Amelia continues anyway. “She uh, she have any other suitors back in the village? Before or after me?”

The book seems to mull whether or not it would answer. After a brief silence, it opts to speak. “There were several attempts. Several washed up sailors, scholars, artists upon the village’s shores. Alas, none of them seemed to pique at the Priestess’s fancy.”

Amelia nods along. “ _Nice_ ,” she whispers to herself.

“We can practically see your ego inflate. Why did it have to be _you_?”

“Heh.” Amelia chuckles to herself. “You’ll have to ask Ina, I guess.”

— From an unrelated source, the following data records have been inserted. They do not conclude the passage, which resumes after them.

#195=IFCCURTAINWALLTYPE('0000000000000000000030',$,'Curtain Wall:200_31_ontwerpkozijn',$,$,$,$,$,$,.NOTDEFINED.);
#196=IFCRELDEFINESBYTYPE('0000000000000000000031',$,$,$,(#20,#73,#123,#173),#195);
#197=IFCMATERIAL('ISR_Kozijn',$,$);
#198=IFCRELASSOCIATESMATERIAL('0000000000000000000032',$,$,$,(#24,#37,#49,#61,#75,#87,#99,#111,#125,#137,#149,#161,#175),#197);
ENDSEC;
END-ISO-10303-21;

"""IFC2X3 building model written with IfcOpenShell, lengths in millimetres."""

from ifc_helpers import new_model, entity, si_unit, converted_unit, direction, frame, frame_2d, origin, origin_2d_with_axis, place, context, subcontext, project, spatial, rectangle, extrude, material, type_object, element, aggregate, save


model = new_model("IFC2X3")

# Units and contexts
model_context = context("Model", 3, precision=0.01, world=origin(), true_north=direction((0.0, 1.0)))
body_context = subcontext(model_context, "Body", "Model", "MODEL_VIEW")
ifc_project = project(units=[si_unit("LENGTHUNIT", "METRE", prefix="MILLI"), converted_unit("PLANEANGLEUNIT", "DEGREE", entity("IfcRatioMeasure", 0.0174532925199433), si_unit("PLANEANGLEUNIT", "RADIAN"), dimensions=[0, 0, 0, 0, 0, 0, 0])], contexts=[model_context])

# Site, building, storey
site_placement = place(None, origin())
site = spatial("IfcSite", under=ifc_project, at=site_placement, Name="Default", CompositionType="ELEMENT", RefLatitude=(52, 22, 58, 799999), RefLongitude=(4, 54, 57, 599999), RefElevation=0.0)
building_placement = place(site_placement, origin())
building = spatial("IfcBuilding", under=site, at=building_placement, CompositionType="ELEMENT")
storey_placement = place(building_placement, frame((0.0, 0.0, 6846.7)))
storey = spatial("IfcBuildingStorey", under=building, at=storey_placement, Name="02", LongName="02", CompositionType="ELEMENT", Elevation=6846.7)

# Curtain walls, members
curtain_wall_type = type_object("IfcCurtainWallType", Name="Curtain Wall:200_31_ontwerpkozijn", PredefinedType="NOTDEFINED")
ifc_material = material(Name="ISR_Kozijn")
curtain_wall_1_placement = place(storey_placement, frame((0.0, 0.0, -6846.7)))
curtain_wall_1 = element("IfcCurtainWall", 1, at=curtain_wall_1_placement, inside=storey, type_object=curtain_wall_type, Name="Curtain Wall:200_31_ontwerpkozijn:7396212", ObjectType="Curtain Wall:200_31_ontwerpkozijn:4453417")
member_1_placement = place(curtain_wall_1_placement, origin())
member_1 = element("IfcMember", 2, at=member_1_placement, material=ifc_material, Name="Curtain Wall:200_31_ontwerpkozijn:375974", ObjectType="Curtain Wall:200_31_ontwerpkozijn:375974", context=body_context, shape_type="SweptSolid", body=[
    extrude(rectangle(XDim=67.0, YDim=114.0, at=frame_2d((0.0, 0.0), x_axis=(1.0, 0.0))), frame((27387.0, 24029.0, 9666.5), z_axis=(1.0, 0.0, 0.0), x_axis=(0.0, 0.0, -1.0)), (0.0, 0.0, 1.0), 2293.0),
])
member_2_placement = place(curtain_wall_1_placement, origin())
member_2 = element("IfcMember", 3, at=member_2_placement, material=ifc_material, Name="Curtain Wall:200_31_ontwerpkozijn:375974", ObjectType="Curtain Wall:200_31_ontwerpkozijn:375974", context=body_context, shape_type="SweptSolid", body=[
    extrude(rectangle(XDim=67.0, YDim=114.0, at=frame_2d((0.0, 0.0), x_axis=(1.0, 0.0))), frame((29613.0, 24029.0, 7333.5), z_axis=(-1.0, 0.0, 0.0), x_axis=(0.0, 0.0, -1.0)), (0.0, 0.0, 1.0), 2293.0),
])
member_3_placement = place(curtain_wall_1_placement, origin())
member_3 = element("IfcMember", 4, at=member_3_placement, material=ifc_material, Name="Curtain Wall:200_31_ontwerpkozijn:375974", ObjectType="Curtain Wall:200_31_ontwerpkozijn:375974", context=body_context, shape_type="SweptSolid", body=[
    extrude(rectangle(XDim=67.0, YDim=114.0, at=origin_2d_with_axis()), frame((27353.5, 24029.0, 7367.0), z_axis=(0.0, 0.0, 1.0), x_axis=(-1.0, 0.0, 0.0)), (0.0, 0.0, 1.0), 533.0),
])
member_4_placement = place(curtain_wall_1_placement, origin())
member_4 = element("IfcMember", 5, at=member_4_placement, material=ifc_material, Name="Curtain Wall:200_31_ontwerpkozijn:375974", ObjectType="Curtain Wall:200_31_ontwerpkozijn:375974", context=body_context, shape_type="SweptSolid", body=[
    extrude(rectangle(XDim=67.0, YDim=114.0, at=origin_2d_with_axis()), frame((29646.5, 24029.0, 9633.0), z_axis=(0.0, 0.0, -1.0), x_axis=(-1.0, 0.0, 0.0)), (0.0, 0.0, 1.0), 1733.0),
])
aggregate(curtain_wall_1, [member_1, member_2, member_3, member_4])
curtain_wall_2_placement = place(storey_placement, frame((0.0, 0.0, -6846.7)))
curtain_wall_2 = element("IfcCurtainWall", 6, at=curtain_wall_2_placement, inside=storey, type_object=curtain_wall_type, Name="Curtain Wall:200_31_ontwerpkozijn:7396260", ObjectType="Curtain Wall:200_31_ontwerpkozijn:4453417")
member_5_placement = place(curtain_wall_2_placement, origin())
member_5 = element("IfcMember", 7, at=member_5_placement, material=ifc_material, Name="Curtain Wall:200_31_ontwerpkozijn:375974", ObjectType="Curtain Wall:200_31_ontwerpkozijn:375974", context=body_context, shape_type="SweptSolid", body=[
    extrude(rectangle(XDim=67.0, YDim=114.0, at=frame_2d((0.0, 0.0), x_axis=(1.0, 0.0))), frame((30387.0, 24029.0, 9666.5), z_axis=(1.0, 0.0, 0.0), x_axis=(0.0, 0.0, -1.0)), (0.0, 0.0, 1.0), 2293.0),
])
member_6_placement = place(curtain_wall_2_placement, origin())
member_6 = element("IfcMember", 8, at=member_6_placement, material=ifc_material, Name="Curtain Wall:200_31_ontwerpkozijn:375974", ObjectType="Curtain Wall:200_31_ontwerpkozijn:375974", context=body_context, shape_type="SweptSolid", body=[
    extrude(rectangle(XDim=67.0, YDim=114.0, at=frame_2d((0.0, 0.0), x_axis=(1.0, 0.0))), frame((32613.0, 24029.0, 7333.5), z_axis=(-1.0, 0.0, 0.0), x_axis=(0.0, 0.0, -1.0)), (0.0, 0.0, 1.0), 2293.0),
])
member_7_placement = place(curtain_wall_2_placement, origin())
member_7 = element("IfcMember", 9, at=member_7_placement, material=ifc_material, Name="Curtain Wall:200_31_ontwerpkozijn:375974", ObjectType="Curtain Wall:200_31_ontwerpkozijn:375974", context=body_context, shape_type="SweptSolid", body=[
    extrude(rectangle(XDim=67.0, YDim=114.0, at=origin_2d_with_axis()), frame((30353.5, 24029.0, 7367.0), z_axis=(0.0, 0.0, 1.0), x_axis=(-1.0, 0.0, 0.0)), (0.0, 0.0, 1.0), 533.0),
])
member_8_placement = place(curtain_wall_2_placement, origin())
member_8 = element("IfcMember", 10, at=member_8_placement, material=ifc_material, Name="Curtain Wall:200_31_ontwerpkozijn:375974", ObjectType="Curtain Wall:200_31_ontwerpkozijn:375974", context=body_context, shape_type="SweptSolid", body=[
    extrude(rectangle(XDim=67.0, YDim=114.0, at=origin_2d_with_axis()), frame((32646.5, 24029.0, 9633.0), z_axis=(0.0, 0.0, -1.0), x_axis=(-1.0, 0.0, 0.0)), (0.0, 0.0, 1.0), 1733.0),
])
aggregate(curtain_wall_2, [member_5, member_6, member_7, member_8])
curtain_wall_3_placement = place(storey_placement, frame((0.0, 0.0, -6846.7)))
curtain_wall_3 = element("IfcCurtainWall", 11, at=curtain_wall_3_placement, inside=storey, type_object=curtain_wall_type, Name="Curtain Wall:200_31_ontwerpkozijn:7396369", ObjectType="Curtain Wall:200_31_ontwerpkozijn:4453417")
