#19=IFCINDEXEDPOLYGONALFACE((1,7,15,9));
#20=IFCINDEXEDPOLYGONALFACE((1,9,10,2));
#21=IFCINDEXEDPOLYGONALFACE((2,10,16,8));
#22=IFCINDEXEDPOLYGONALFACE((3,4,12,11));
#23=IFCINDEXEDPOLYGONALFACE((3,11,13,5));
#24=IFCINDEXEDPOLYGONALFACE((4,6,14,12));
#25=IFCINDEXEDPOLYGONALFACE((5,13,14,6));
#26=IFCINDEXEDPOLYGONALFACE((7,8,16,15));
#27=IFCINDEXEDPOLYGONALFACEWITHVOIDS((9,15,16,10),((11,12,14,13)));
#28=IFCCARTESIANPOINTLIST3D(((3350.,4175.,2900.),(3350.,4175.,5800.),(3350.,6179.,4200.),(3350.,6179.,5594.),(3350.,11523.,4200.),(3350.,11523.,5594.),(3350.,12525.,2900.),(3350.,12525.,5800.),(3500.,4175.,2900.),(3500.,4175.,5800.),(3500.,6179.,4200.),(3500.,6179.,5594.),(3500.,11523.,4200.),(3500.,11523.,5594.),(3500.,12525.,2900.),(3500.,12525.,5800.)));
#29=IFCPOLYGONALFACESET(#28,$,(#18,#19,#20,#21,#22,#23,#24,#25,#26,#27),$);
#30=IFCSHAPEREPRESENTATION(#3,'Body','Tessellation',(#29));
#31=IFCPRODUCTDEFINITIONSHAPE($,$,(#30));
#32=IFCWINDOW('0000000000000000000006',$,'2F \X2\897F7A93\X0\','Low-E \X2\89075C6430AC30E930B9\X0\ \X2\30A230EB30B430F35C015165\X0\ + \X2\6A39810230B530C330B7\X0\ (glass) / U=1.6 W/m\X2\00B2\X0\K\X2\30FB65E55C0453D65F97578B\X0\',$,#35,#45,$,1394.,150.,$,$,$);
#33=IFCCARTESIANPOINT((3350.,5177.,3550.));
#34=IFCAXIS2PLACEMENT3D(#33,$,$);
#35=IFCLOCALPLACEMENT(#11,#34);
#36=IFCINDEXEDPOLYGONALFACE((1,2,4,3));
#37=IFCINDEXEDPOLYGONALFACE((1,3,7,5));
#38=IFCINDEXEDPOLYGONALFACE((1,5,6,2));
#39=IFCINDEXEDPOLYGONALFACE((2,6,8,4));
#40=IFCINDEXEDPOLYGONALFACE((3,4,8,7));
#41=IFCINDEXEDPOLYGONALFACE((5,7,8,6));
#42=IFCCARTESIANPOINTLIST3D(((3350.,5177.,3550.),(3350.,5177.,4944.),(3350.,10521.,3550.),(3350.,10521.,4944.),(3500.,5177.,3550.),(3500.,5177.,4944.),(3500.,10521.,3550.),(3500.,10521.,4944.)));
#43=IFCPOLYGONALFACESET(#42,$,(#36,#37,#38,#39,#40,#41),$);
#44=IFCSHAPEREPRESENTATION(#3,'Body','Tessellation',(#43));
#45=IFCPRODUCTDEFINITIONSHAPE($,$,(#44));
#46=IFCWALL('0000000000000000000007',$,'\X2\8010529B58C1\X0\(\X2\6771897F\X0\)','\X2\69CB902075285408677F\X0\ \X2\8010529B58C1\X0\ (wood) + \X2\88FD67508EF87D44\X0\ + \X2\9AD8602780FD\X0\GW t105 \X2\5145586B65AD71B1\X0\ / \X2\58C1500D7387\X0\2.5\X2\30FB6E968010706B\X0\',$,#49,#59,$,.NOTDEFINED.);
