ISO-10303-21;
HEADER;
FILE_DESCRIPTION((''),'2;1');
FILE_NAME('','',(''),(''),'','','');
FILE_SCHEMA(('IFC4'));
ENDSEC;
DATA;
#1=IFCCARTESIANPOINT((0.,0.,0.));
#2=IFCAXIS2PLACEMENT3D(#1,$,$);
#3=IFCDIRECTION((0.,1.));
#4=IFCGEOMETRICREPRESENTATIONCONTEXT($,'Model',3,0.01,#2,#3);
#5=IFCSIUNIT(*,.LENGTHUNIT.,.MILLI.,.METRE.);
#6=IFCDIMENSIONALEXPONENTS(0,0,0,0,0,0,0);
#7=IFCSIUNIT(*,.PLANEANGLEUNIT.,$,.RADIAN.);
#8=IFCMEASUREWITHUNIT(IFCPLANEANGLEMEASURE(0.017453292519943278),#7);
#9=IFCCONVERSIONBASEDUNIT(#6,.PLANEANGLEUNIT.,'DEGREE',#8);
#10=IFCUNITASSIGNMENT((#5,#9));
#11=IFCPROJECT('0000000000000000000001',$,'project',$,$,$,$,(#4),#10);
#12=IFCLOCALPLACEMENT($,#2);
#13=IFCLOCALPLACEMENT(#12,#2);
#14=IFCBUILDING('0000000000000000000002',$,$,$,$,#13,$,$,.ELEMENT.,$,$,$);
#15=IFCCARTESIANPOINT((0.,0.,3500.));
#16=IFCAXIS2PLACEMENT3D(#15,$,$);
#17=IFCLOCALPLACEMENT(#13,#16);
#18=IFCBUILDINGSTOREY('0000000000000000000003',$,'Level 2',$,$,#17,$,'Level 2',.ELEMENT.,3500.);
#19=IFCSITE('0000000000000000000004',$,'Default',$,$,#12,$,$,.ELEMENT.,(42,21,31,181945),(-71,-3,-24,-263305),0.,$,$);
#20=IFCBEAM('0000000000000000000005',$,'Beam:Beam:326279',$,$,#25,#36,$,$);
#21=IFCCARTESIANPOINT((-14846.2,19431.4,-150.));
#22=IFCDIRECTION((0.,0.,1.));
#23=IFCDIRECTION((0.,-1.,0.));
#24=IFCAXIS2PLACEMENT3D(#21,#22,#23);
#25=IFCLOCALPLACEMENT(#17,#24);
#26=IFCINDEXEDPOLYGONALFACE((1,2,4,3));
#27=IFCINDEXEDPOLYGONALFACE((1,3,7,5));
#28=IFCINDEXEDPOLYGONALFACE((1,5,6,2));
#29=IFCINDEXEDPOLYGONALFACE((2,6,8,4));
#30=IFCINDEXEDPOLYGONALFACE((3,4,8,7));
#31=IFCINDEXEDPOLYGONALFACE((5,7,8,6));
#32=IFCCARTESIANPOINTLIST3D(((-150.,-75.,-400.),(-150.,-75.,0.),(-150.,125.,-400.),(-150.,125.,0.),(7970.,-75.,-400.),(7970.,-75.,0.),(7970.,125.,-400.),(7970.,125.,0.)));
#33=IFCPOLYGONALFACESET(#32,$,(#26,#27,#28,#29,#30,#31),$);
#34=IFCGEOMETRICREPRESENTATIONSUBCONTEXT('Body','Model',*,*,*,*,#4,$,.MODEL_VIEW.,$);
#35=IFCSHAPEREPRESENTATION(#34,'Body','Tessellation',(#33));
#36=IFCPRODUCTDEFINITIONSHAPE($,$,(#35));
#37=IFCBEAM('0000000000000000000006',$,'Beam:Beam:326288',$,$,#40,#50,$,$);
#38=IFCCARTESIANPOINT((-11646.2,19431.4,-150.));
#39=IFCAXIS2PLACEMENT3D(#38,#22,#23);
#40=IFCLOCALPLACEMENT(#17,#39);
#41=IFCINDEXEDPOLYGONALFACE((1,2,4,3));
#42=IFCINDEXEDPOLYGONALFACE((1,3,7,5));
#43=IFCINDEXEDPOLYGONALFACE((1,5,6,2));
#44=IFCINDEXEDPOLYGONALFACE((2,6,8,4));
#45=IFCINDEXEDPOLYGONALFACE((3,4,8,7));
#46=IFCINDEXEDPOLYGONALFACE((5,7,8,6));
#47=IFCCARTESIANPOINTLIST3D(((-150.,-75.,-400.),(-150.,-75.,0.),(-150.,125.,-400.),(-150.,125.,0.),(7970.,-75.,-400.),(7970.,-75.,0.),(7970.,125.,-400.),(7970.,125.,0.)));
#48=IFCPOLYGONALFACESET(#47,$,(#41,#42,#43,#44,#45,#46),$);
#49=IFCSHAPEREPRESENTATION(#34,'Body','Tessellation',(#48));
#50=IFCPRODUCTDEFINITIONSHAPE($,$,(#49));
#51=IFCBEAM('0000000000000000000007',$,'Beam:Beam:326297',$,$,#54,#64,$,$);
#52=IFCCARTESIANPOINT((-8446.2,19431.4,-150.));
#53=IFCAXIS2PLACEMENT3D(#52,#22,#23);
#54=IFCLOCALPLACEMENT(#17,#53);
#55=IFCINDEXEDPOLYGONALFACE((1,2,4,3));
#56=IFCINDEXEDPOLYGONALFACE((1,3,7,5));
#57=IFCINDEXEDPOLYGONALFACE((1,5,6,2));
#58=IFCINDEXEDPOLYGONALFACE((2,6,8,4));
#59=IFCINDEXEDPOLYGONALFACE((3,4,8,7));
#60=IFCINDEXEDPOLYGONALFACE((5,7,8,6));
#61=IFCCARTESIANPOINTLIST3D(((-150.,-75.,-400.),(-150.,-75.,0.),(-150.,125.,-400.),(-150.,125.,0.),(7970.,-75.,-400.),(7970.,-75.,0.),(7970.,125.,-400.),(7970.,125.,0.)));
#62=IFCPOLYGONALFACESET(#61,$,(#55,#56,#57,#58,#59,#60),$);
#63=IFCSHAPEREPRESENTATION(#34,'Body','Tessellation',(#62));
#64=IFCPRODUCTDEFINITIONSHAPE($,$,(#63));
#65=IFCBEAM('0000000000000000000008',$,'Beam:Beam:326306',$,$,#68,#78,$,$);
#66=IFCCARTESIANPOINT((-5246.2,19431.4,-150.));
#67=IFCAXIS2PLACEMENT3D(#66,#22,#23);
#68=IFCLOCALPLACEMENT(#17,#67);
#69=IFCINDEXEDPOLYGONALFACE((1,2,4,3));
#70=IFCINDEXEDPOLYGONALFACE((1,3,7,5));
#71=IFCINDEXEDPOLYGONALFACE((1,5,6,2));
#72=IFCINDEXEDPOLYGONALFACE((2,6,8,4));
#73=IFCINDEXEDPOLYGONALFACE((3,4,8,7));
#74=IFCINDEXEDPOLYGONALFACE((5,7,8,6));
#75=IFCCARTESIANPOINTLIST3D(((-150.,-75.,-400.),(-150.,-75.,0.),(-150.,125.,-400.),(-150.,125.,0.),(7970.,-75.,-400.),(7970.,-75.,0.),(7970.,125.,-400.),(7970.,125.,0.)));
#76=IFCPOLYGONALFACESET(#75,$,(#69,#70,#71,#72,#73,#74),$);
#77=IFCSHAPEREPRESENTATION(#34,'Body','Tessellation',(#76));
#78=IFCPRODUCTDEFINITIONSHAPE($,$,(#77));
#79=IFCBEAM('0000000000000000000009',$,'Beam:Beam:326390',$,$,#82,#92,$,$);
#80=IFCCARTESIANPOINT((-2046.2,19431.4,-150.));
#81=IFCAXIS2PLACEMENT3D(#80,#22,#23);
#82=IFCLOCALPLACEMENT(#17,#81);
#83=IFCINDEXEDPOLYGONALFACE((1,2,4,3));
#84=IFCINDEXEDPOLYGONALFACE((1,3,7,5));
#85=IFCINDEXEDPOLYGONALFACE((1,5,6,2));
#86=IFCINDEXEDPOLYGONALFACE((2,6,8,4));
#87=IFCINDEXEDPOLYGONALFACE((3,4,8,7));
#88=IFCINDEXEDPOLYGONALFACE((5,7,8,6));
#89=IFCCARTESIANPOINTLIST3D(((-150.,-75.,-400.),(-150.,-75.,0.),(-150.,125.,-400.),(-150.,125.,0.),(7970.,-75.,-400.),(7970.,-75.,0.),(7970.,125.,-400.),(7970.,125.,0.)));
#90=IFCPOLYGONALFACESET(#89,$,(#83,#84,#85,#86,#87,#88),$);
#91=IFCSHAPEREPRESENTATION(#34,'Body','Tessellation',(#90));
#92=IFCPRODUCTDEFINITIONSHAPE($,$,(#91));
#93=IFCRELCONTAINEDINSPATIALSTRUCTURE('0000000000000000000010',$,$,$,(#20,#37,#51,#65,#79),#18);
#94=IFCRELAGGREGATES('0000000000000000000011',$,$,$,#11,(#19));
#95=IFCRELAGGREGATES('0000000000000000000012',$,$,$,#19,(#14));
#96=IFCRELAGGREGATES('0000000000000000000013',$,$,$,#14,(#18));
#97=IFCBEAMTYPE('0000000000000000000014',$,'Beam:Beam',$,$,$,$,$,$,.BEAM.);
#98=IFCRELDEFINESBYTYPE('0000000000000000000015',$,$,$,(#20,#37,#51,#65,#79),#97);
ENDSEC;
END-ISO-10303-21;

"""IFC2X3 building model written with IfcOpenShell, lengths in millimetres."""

from ifc_helpers import new_model, entity, si_unit, converted_unit, direction, frame, frame_2d, origin, place, context, subcontext, project, spatial, rectangle, extrude, type_object, element, save


model = new_model("IFC2X3")

# Units and contexts
model_context = context("Model", 3, precision=0.01, world=origin(), true_north=direction((0.0, 1.0)))
body_context = subcontext(model_context, "Body", "Model", "MODEL_VIEW")
ifc_project = project(units=[si_unit("LENGTHUNIT", "METRE", prefix="MILLI"), converted_unit("PLANEANGLEUNIT", "DEGREE", entity("IfcPlaneAngleMeasure", 0.017453292519943278), si_unit("PLANEANGLEUNIT", "RADIAN"), dimensions=[0, 0, 0, 0, 0, 0, 0])], contexts=[model_context])

# Site, building, storey
site_placement = place(None, origin())
site = spatial("IfcSite", under=ifc_project, at=site_placement, Name="Default", CompositionType="ELEMENT", RefLatitude=(42, 21, 31, 181945), RefLongitude=(-71, -3, -24, -263305), RefElevation=0.0)
building_placement = place(site_placement, origin())
building = spatial("IfcBuilding", under=site, at=building_placement, CompositionType="ELEMENT")
storey_placement = place(building_placement, frame((0.0, 0.0, 3500.0)))
storey = spatial("IfcBuildingStorey", under=building, at=storey_placement, Name="Level 2", LongName="Level 2", CompositionType="ELEMENT", Elevation=3500.0)

# Beams
beam_type = type_object("IfcBeamType", Name="Beam:Beam", PredefinedType="BEAM")
for number, where, z_axis, x_axis, name in (
    (1, (-14846.2, 19431.4, -150.0), (0.0, 0.0, 1.0), (0.0, -1.0, 0.0), "Beam:Beam:326279"),
    (2, (-11646.2, 19431.4, -150.0), (0.0, 0.0, 1.0), (0.0, -1.0, 0.0), "Beam:Beam:326288"),
    (3, (-8446.2, 19431.4, -150.0), (0.0, 0.0, 1.0), (0.0, -1.0, 0.0), "Beam:Beam:326297"),
):
    element("IfcBeam", number, at=place(storey_placement, frame(where, z_axis=z_axis, x_axis=x_axis)), inside=storey, type_object=beam_type, Name=name, context=body_context, shape_type="SweptSolid", body=[
        extrude(rectangle(XDim=400.0, YDim=200.0, at=frame_2d((0.0, 0.0), x_axis=(1.0, 0.0))), frame((-150.0, 25.0, -200.0), z_axis=(1.0, 0.0, 0.0), x_axis=(0.0, 0.0, -1.0)), (0.0, 0.0, 1.0), 8120.0),
    ])
beam_1_placement = place(storey_placement, frame((-5246.2, 19431.4, -150.0), z_axis=(0.0, 0.0, 1.0), x_axis=(0.0, -1.0, 0.0)))
element("IfcBeam", 4, at=beam_1_placement, inside=storey, type_object=beam_type, Name="Beam:Beam:326306", context=body_context, shape_type="SweptSolid", body=[
    extrude(rectangle(XDim=400.0, YDim=200.0, at=frame_2d((0.0, 0.0), x_axis=(1.0, 0.0))), frame((-150.0, 25.0, -200.0), z_axis=(1.0, 0.0, 0.0), x_axis=(0.0, 0.0, -1.0)), (0.0, 0.0, 1.0), 8120.0),
])
beam_2_placement = place(storey_placement, frame((-2046.2, 19431.4, -150.0), z_axis=(0.0, 0.0, 1.0), x_axis=(0.0, -1.0, 0.0)))
element("IfcBeam", 5, at=beam_2_placement, inside=storey, type_object=beam_type, Name="Beam:Beam:326390", context=body_context, shape_type="SweptSolid", body=[
    extrude(rectangle(XDim=400.0, YDim=200.0, at=frame_2d((0.0, 0.0), x_axis=(1.0, 0.0))), frame((-150.0, 25.0, -200.0), z_axis=(1.0, 0.0, 0.0), x_axis=(0.0, 0.0, -1.0)), (0.0, 0.0, 1.0), 8120.0),
])

save(model, "model.ifc")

“A final question before you go on your foolish merry way,” says the book.

“You aren’t coming with?”

The book pretends not to hear Amelia’s question. “What would you have done if this wild gambit of yours did not pay off? If you clicked at your watch and nothing happened?”

Amelia Watson thinks about the question briefly. Blushes. Laughs. “Um, death by _snu-snu_ I guess.”

“ _Ugh_ ,” goes the book, “and this is why we refuse to accompany you on this errand of yours.”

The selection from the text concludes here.